The consensus price target fell 7.2% to CN¥23.79, with the weaker earnings outlook clearly leading analyst valuation estimates.

Taking a look at the bigger picture now, one of the ways we can understand these forecasts is to see how they compare to both past performance and industry growth estimates. The analysts are definitely expecting Shenzhen Kangtai Biological Products' growth to accelerate, with the forecast 22% annualised growth to the end of 2024 ranking favourably alongside historical growth of 13% per annum over the past five years. Compare this with other companies in the same industry, which are forecast to grow their revenue 25% annually. Factoring in the forecast acceleration in revenue, it's pretty clear that Shenzhen Kangtai Biological Products is expected to grow at about the same rate as the wider industry.

The Bottom Line

The biggest issue in the new estimates is that analysts have reduced their earnings per share estimates, suggesting business headwinds lay ahead for Shenzhen Kangtai Biological Products. Lamentably, they also downgraded their sales forecasts, but the business is still expected to grow at roughly the same rate as the market itself. Given the scope of the downgrades, it would not be a surprise to see the market become more wary of the business.

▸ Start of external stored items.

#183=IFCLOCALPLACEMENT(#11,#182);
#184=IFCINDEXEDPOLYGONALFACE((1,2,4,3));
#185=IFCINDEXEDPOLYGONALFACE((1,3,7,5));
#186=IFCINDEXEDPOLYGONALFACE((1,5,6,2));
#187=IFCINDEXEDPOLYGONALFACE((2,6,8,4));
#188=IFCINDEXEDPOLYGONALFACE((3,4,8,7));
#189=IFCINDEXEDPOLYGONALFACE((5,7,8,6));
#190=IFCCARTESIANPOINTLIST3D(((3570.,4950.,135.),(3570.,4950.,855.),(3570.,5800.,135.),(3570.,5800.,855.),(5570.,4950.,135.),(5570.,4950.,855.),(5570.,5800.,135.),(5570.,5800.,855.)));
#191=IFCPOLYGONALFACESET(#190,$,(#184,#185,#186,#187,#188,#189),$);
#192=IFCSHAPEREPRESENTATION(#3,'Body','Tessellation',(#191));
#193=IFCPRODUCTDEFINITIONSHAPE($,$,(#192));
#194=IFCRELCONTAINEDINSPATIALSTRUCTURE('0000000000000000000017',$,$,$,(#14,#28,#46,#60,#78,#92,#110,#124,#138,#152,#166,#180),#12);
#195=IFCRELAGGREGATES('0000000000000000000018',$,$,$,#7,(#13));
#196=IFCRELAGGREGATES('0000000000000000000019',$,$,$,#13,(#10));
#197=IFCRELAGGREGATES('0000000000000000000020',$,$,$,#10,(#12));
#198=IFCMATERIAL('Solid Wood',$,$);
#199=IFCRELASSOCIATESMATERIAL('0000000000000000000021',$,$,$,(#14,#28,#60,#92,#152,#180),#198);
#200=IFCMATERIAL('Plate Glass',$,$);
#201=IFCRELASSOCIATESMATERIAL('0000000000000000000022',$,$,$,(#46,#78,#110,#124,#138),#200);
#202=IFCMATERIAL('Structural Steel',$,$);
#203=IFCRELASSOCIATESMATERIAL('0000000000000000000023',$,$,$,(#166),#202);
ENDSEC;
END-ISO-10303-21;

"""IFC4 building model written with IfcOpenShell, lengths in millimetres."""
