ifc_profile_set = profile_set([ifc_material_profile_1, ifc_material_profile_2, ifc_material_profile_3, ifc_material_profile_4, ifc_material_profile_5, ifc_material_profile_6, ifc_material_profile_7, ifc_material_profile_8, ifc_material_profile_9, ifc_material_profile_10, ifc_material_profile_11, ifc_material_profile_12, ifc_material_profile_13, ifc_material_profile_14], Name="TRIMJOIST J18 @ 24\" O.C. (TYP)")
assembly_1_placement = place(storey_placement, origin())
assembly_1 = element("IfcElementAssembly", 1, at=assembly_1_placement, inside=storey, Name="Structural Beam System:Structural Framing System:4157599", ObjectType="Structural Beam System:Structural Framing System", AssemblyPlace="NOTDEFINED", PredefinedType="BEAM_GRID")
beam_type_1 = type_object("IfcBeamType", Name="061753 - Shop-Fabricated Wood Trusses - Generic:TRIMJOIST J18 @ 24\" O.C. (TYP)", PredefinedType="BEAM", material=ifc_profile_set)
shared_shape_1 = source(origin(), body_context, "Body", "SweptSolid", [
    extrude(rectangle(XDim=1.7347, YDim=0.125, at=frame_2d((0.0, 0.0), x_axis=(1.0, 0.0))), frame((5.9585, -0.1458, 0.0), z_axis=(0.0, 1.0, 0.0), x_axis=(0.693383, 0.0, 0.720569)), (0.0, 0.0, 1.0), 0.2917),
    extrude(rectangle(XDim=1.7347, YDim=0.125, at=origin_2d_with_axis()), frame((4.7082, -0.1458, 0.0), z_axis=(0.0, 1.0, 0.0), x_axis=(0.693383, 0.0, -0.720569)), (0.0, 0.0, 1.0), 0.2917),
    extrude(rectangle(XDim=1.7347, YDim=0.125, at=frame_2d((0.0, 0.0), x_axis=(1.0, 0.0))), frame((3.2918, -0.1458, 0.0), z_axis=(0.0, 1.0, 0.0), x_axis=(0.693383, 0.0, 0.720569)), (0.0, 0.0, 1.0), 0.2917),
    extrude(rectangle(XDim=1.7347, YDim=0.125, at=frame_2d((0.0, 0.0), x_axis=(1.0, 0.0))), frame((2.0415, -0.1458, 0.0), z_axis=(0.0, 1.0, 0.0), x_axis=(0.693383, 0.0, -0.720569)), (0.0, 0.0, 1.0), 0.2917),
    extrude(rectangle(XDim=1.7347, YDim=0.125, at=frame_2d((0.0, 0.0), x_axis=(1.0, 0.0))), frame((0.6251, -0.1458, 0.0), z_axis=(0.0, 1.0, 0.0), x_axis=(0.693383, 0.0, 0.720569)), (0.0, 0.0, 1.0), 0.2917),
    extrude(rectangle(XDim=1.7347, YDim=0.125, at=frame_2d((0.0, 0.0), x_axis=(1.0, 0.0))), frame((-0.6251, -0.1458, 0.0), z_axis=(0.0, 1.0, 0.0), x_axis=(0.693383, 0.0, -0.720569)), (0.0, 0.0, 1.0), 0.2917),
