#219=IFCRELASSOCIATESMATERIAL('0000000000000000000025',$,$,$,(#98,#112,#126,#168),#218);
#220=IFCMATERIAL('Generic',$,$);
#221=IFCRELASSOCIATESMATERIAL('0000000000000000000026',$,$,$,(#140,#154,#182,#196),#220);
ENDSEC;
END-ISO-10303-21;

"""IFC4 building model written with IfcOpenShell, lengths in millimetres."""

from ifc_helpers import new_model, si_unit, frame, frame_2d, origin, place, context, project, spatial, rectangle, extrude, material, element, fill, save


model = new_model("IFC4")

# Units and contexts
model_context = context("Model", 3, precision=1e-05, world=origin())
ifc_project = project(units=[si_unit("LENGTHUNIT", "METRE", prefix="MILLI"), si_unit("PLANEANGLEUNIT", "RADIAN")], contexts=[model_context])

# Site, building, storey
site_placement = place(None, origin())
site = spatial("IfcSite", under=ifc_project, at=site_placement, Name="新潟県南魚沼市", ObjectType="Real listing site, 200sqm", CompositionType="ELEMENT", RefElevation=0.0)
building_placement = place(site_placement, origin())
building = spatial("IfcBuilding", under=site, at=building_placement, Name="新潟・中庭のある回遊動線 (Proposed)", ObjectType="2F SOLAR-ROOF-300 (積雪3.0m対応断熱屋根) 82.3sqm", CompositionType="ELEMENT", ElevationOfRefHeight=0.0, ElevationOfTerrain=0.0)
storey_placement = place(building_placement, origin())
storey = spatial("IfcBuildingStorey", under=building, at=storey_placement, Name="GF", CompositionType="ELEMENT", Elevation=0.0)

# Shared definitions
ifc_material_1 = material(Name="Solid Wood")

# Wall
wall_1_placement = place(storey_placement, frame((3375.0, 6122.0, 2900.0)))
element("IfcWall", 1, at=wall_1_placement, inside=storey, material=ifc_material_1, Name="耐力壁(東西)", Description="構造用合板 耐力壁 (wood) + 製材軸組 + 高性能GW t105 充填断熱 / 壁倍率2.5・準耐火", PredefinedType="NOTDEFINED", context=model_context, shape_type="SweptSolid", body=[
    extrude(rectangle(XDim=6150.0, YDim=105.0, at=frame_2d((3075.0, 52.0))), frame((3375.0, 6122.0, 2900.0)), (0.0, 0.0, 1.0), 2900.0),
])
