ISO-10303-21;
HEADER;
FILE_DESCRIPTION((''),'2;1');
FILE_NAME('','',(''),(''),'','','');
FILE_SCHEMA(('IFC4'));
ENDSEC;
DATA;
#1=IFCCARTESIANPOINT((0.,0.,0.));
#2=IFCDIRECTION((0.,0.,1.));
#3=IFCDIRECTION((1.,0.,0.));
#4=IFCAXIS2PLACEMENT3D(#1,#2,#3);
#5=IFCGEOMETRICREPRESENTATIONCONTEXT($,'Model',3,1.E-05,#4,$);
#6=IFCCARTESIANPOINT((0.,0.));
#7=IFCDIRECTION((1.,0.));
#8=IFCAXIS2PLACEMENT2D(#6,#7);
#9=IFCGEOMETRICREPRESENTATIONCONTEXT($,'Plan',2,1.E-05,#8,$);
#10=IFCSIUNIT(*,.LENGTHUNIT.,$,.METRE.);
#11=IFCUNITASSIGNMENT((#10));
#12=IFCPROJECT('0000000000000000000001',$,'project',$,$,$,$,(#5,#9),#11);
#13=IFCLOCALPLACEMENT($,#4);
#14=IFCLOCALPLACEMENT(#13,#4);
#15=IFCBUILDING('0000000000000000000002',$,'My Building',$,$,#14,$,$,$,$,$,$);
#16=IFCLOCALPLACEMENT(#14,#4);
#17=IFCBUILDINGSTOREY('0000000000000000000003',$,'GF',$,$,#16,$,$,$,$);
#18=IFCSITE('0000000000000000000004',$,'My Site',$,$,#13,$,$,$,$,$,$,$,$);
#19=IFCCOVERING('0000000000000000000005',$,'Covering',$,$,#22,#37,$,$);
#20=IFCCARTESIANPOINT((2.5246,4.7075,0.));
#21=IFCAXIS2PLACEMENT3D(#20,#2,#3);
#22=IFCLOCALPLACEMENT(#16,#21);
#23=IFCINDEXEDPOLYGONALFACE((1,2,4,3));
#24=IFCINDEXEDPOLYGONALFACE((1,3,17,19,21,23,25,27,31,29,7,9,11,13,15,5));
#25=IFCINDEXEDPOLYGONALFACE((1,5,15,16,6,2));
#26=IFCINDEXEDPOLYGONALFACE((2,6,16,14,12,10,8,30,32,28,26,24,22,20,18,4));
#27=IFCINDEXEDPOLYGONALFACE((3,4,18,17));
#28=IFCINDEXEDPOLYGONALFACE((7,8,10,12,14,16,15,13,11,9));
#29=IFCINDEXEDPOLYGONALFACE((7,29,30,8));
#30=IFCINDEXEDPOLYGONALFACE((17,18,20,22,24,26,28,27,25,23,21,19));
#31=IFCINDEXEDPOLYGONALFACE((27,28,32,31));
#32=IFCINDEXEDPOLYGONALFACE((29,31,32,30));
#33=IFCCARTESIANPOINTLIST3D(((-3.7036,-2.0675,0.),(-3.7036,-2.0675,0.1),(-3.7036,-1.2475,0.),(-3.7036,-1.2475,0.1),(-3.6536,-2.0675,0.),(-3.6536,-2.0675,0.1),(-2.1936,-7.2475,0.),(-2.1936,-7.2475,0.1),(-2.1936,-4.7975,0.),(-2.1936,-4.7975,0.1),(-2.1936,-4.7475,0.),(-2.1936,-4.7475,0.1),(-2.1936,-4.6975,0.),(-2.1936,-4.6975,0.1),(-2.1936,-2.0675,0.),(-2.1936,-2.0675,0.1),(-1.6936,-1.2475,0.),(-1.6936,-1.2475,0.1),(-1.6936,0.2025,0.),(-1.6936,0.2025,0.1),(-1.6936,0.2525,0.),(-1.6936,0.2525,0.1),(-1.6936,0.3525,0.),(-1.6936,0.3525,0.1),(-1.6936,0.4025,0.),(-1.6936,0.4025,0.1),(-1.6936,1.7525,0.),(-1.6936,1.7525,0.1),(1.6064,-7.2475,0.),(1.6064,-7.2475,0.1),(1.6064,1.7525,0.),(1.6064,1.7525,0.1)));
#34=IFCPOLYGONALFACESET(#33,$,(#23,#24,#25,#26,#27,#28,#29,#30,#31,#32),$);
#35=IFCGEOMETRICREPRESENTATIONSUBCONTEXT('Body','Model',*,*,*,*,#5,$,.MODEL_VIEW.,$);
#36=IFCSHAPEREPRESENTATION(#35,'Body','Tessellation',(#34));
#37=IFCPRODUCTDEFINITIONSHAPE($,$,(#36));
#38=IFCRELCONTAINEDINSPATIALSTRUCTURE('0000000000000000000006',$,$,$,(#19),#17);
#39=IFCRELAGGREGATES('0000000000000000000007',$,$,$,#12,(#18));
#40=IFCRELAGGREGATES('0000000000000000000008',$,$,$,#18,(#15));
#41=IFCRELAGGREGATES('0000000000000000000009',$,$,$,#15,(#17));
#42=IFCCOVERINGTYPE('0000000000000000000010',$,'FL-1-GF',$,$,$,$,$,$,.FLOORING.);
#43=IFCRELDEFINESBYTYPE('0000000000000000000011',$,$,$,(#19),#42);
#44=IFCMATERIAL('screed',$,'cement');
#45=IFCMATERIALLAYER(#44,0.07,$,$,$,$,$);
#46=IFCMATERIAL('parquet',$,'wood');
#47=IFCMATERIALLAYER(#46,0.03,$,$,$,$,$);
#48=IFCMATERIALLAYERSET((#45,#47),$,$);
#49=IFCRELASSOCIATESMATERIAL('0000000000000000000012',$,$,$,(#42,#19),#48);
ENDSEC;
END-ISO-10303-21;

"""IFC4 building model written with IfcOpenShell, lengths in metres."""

from ifc_helpers import new_model, si_unit, frame, origin_with_axes, origin_2d_with_axis, place, context, subcontext, project, spatial, line, indexed_curve, outline, extrude, material, layer, layer_set, layer_usage, type_object, element, save


model = new_model("IFC4")

# Units and contexts
model_context = context("Model", 3, precision=1e-05, world=origin_with_axes())
plan_context = context("Plan", 2, precision=1e-05, world=origin_2d_with_axis())
body_context_1 = subcontext(model_context, "Body", "Model", "MODEL_VIEW")
ifc_project = project(units=[si_unit("LENGTHUNIT", "METRE")], contexts=[model_context, plan_context])

# Site, building, storey
site_placement = place(None, origin_with_axes())
site = spatial("IfcSite", under=ifc_project, at=site_placement, Name="My Site")
building_placement = place(site_placement, origin_with_axes())
building = spatial("IfcBuilding", under=site, at=building_placement, Name="My Building")
storey_placement = place(building_placement, origin_with_axes())
storey = spatial("IfcBuildingStorey", under=building, at=storey_placement, Name="GF")

# Covering
ifc_material_1 = material(Name="screed", Category="cement")
ifc_layer_1 = layer(ifc_material_1, 0.07)
ifc_material_2 = material(Name="parquet", Category="wood")
ifc_layer_2 = layer(ifc_material_2, 0.03)
ifc_layer_set_1 = layer_set([ifc_layer_1, ifc_layer_2])
ifc_layer_usage_1 = layer_usage(ifc_layer_set_1, "AXIS3", "POSITIVE", 0.0)
covering_type = type_object("IfcCoveringType", Name="FL-1-GF", PredefinedType="FLOORING", material=ifc_layer_set_1)
covering_placement = place(storey_placement, frame((2.5246, 4.7075, 0.0), z_axis=(0.0, 0.0, 1.0), x_axis=(1.0, 0.0, 0.0)))
element("IfcCovering", 1, at=covering_placement, inside=storey, type_object=covering_type, material=ifc_layer_usage_1, Name="Covering", context=body_context_1, shape_type="SweptSolid", body=[
    extrude(outline(indexed_curve([(-2.1936, -2.0675), (-3.6536, -2.0675), (-3.7036, -2.0675), (-3.7036, -1.2475), (-1.6936, -1.2475), (-1.6936, 0.2025), (-1.6936, 0.2525), (-1.6936, 0.3525), (-1.6936, 0.4025), (-1.6936, 1.7525), (1.6064, 1.7525), (1.6064, -7.2475), (-2.1936, -7.2475), (-2.1936, -7.2475), (-2.1936, -4.7975), (-2.1936, -4.7475), (-2.1936, -4.7475), (-2.1936, -4.6975)], segments=[line(1, 2, 3, 4, 5, 6, 7, 8, 9, 10, 11, 12, 13, 14, 15, 16, 17, 18, 1)])), origin_with_axes(), (0.0, 0.0, 1.0), 0.1),
])

save(model, "model.ifc")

With that said, the long-term trajectory of the company's earnings is a lot more important than next year. We have estimates - from multiple Shenzhen Kangtai Biological Products analysts - going out to 2026, and you can see them free on our platform here.

Another way to search for interesting companies that could be reaching an inflection point is to track whether management are buying or selling, with our free list of growing companies backed by insiders.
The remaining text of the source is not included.